[MATERIAL PROVIDED — start]
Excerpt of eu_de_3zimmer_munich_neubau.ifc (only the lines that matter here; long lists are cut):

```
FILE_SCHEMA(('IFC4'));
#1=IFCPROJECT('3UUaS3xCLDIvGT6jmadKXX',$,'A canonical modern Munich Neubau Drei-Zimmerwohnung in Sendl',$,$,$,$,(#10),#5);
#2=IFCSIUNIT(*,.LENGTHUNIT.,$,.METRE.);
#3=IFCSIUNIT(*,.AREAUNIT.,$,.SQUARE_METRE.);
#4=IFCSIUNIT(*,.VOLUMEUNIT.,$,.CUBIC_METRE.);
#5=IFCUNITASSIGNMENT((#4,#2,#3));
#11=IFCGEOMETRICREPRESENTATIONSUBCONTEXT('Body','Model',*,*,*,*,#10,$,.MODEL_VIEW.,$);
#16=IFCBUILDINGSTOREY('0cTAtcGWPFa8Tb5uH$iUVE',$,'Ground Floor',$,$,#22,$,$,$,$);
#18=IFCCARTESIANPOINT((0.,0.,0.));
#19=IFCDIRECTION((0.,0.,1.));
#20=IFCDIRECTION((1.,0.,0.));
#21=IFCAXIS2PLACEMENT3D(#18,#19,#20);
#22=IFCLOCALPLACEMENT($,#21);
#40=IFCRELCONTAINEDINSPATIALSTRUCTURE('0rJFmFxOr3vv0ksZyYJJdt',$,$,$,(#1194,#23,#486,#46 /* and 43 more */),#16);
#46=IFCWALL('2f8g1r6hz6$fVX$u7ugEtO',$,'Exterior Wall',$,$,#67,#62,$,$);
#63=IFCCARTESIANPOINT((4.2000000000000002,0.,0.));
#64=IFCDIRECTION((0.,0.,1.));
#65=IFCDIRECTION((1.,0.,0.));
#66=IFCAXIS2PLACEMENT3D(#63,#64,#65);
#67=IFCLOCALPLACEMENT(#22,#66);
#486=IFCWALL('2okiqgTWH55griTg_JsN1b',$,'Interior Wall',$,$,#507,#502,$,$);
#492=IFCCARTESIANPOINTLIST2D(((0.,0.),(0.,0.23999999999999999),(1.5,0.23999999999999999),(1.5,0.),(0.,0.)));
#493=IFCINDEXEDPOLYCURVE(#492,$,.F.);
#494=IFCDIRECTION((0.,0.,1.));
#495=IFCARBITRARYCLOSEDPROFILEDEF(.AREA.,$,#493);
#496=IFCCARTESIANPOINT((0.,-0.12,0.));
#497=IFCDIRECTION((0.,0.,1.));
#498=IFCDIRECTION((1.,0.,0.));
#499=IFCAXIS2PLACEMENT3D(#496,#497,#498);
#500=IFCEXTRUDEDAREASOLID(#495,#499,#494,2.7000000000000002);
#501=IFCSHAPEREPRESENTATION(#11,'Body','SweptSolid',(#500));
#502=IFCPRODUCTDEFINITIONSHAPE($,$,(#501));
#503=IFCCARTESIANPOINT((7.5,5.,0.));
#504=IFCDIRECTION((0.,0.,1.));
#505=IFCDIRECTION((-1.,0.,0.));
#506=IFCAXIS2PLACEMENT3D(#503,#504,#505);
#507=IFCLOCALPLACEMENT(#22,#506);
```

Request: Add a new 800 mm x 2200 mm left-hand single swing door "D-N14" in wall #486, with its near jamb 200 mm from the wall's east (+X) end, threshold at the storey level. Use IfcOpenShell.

```python
import numpy as np
import ifcopenshell
import ifcopenshell.api.feature
import ifcopenshell.api.geometry
import ifcopenshell.api.root
import ifcopenshell.api.spatial
import ifcopenshell.geom
import ifcopenshell.util.element
import ifcopenshell.util.placement
import ifcopenshell.util.representation
import ifcopenshell.util.shape
import ifcopenshell.util.unit

model = ifcopenshell.open("eu_de_3zimmer_munich_neubau.ifc")
unit_scale = ifcopenshell.util.unit.calculate_unit_scale(model)
settings = ifcopenshell.geom.settings()


def volume(element):
    """Net volume in cubic metres, openings subtracted."""
    shape = ifcopenshell.geom.create_shape(settings, element)
    return ifcopenshell.util.shape.get_volume(shape.geometry)


wall = model.by_guid("2okiqgTWH55griTg_JsN1b")
storey = ifcopenshell.util.element.get_container(wall, ifc_class="IfcBuildingStorey")
context = ifcopenshell.util.representation.get_context(model, "Model", "Body", "MODEL_VIEW")
before = volume(wall)

width, height, from_end, sill = 0.8, 2.2, 0.2, 0.0  # metres

# The wall runs along its own X axis, and the end named is its -X end.
wall_shape = ifcopenshell.geom.create_shape(settings, wall)
x, y, z = ifcopenshell.util.shape.get_vertices(wall_shape.geometry).T
start = x.min() + from_end
face, thickness = float(y.min()), float(y.max() - y.min())
wall_matrix = ifcopenshell.util.placement.get_local_placement(wall.ObjectPlacement)
level = ifcopenshell.util.placement.get_local_placement(storey.ObjectPlacement)[2, 3]


def in_wall(x, y):
    """Placement at x, y metres in the wall's axes, at sill height."""
    matrix = wall_matrix.copy()
    matrix[:, 3] = wall_matrix @ np.array([x / unit_scale, y / unit_scale, 0.0, 1.0])
    matrix[2, 3] = level + sill / unit_scale
    return matrix


# Opening: a box that overshoots both wall faces by 50 mm.
opening = ifcopenshell.api.root.create_entity(model, ifc_class="IfcOpeningElement", predefined_type="OPENING")
box = ifcopenshell.api.geometry.add_wall_representation(
    model, context=context, length=width, height=height, thickness=thickness + 0.1
)
ifcopenshell.api.geometry.assign_representation(model, product=opening, representation=box)
ifcopenshell.api.geometry.edit_object_placement(model, product=opening, matrix=in_wall(start, face - 0.05), is_si=False)
ifcopenshell.api.feature.add_feature(model, feature=opening, element=wall)

door = ifcopenshell.api.root.create_entity(model, ifc_class="IfcDoor", name="D-N14", predefined_type="DOOR")
door.OverallWidth, door.OverallHeight = width / unit_scale, height / unit_scale
door.OperationType = "SINGLE_SWING_LEFT"
body = ifcopenshell.api.geometry.add_door_representation(
    model,
    context=context,
    overall_width=door.OverallWidth,
    overall_height=door.OverallHeight,
    operation_type="SINGLE_SWING_LEFT",
    lining_properties={"LiningDepth": thickness / unit_scale, "ThresholdDepth": thickness / unit_scale},
)
ifcopenshell.api.geometry.assign_representation(model, product=door, representation=body)
ifcopenshell.api.spatial.assign_container(model, products=[door], relating_structure=storey)
ifcopenshell.api.feature.add_filling(model, opening=opening, element=door)

# The lining spans the wall, so the door starts at the wall face.
ifcopenshell.api.geometry.edit_object_placement(model, product=door, matrix=in_wall(start, face), is_si=False)

after = volume(wall)

print(f"wall volume {before:.3f} -> {after:.3f} m3")

model.write("eu_de_3zimmer_munich_neubau_rev.ifc")
```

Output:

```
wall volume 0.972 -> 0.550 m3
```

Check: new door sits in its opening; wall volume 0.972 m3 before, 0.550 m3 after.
[MATERIAL PROVIDED — finish]
Down to the last line, retype the entries above exactly.

> RESULT BELOW:
Excerpt of eu_de_3zimmer_munich_neubau.ifc (only the lines that matter here; long lists are cut):

```
FILE_SCHEMA(('IFC4'));
#1=IFCPROJECT('3UUaS3xCLDIvGT6jmadKXX',$,'A canonical modern Munich Neubau Drei-Zimmerwohnung in Sendl',$,$,$,$,(#10),#5);
#2=IFCSIUNIT(*,.LENGTHUNIT.,$,.METRE.);
#3=IFCSIUNIT(*,.AREAUNIT.,$,.SQUARE_METRE.);
#4=IFCSIUNIT(*,.VOLUMEUNIT.,$,.CUBIC_METRE.);
#5=IFCUNITASSIGNMENT((#4,#2,#3));
#11=IFCGEOMETRICREPRESENTATIONSUBCONTEXT('Body','Model',*,*,*,*,#10,$,.MODEL_VIEW.,$);
#16=IFCBUILDINGSTOREY('0cTAtcGWPFa8Tb5uH$iUVE',$,'Ground Floor',$,$,#22,$,$,$,$);
#18=IFCCARTESIANPOINT((0.,0.,0.));
#19=IFCDIRECTION((0.,0.,1.));
#20=IFCDIRECTION((1.,0.,0.));
#21=IFCAXIS2PLACEMENT3D(#18,#19,#20);
#22=IFCLOCALPLACEMENT($,#21);
#40=IFCRELCONTAINEDINSPATIALSTRUCTURE('0rJFmFxOr3vv0ksZyYJJdt',$,$,$,(#1194,#23,#486,#46 /* and 43 more */),#16);
#46=IFCWALL('2f8g1r6hz6$fVX$u7ugEtO',$,'Exterior Wall',$,$,#67,#62,$,$);
#63=IFCCARTESIANPOINT((4.2000000000000002,0.,0.));
#64=IFCDIRECTION((0.,0.,1.));
#65=IFCDIRECTION((1.,0.,0.));
#66=IFCAXIS2PLACEMENT3D(#63,#64,#65);
#67=IFCLOCALPLACEMENT(#22,#66);
#486=IFCWALL('2okiqgTWH55griTg_JsN1b',$,'Interior Wall',$,$,#507,#502,$,$);
#492=IFCCARTESIANPOINTLIST2D(((0.,0.),(0.,0.23999999999999999),(1.5,0.23999999999999999),(1.5,0.),(0.,0.)));
#493=IFCINDEXEDPOLYCURVE(#492,$,.F.);
#494=IFCDIRECTION((0.,0.,1.));
#495=IFCARBITRARYCLOSEDPROFILEDEF(.AREA.,$,#493);
#496=IFCCARTESIANPOINT((0.,-0.12,0.));
#497=IFCDIRECTION((0.,0.,1.));
#498=IFCDIRECTION((1.,0.,0.));
#499=IFCAXIS2PLACEMENT3D(#496,#497,#498);
#500=IFCEXTRUDEDAREASOLID(#495,#499,#494,2.7000000000000002);
#501=IFCSHAPEREPRESENTATION(#11,'Body','SweptSolid',(#500));
#502=IFCPRODUCTDEFINITIONSHAPE($,$,(#501));
#503=IFCCARTESIANPOINT((7.5,5.,0.));
#504=IFCDIRECTION((0.,0.,1.));
#505=IFCDIRECTION((-1.,0.,0.));
#506=IFCAXIS2PLACEMENT3D(#503,#504,#505);
#507=IFCLOCALPLACEMENT(#22,#506);
```

Request: Add a new 800 mm x 2200 mm left-hand single swing door "D-N14" in wall #486, with its near jamb 200 mm from the wall's east (+X) end, threshold at the storey level. Use IfcOpenShell.

```python
import numpy as np
import ifcopenshell
import ifcopenshell.api.feature
import ifcopenshell.api.geometry
import ifcopenshell.api.root
import ifcopenshell.api.spatial
import ifcopenshell.geom
import ifcopenshell.util.element
import ifcopenshell.util.placement
import ifcopenshell.util.representation
import ifcopenshell.util.shape
import ifcopenshell.util.unit

model = ifcopenshell.open("eu_de_3zimmer_munich_neubau.ifc")
unit_scale = ifcopenshell.util.unit.calculate_unit_scale(model)
settings = ifcopenshell.geom.settings()


def volume(element):
    """Net volume in cubic metres, openings subtracted."""
    shape = ifcopenshell.geom.create_shape(settings, element)
    return ifcopenshell.util.shape.get_volume(shape.geometry)


wall = model.by_guid("2okiqgTWH55griTg_JsN1b")
storey = ifcopenshell.util.element.get_container(wall, ifc_class="IfcBuildingStorey")
context = ifcopenshell.util.representation.get_context(model, "Model", "Body", "MODEL_VIEW")
before = volume(wall)

width, height, from_end, sill = 0.8, 2.2, 0.2, 0.0  # metres

# The wall runs along its own X axis, and the end named is its -X end.
wall_shape = ifcopenshell.geom.create_shape(settings, wall)
x, y, z = ifcopenshell.util.shape.get_vertices(wall_shape.geometry).T
start = x.min() + from_end
face, thickness = float(y.min()), float(y.max() - y.min())
wall_matrix = ifcopenshell.util.placement.get_local_placement(wall.ObjectPlacement)
level = ifcopenshell.util.placement.get_local_placement(storey.ObjectPlacement)[2, 3]


def in_wall(x, y):
    """Placement at x, y metres in the wall's axes, at sill height."""
    matrix = wall_matrix.copy()
    matrix[:, 3] = wall_matrix @ np.array([x / unit_scale, y / unit_scale, 0.0, 1.0])
    matrix[2, 3] = level + sill / unit_scale
    return matrix


# Opening: a box that overshoots both wall faces by 50 mm.
opening = ifcopenshell.api.root.create_entity(model, ifc_class="IfcOpeningElement", predefined_type="OPENING")
box = ifcopenshell.api.geometry.add_wall_representation(
    model, context=context, length=width, height=height, thickness=thickness + 0.1
)
ifcopenshell.api.geometry.assign_representation(model, product=opening, representation=box)
ifcopenshell.api.geometry.edit_object_placement(model, product=opening, matrix=in_wall(start, face - 0.05), is_si=False)
ifcopenshell.api.feature.add_feature(model, feature=opening, element=wall)

door = ifcopenshell.api.root.create_entity(model, ifc_class="IfcDoor", name="D-N14", predefined_type="DOOR")
door.OverallWidth, door.OverallHeight = width / unit_scale, height / unit_scale
door.OperationType = "SINGLE_SWING_LEFT"
body = ifcopenshell.api.geometry.add_door_representation(
    model,
    context=context,
    overall_width=door.OverallWidth,
    overall_height=door.OverallHeight,
    operation_type="SINGLE_SWING_LEFT",
    lining_properties={"LiningDepth": thickness / unit_scale, "ThresholdDepth": thickness / unit_scale},
)
ifcopenshell.api.geometry.assign_representation(model, product=door, representation=body)
ifcopenshell.api.spatial.assign_container(model, products=[door], relating_structure=storey)
ifcopenshell.api.feature.add_filling(model, opening=opening, element=door)

# The lining spans the wall, so the door starts at the wall face.
ifcopenshell.api.geometry.edit_object_placement(model, product=door, matrix=in_wall(start, face), is_si=False)

after = volume(wall)

print(f"wall volume {before:.3f} -> {after:.3f} m3")

model.write("eu_de_3zimmer_munich_neubau_rev.ifc")
```

Output:

```
wall volume 0.972 -> 0.550 m3
```

Check: new door sits in its opening; wall volume 0.972 m3 before, 0.550 m3 after.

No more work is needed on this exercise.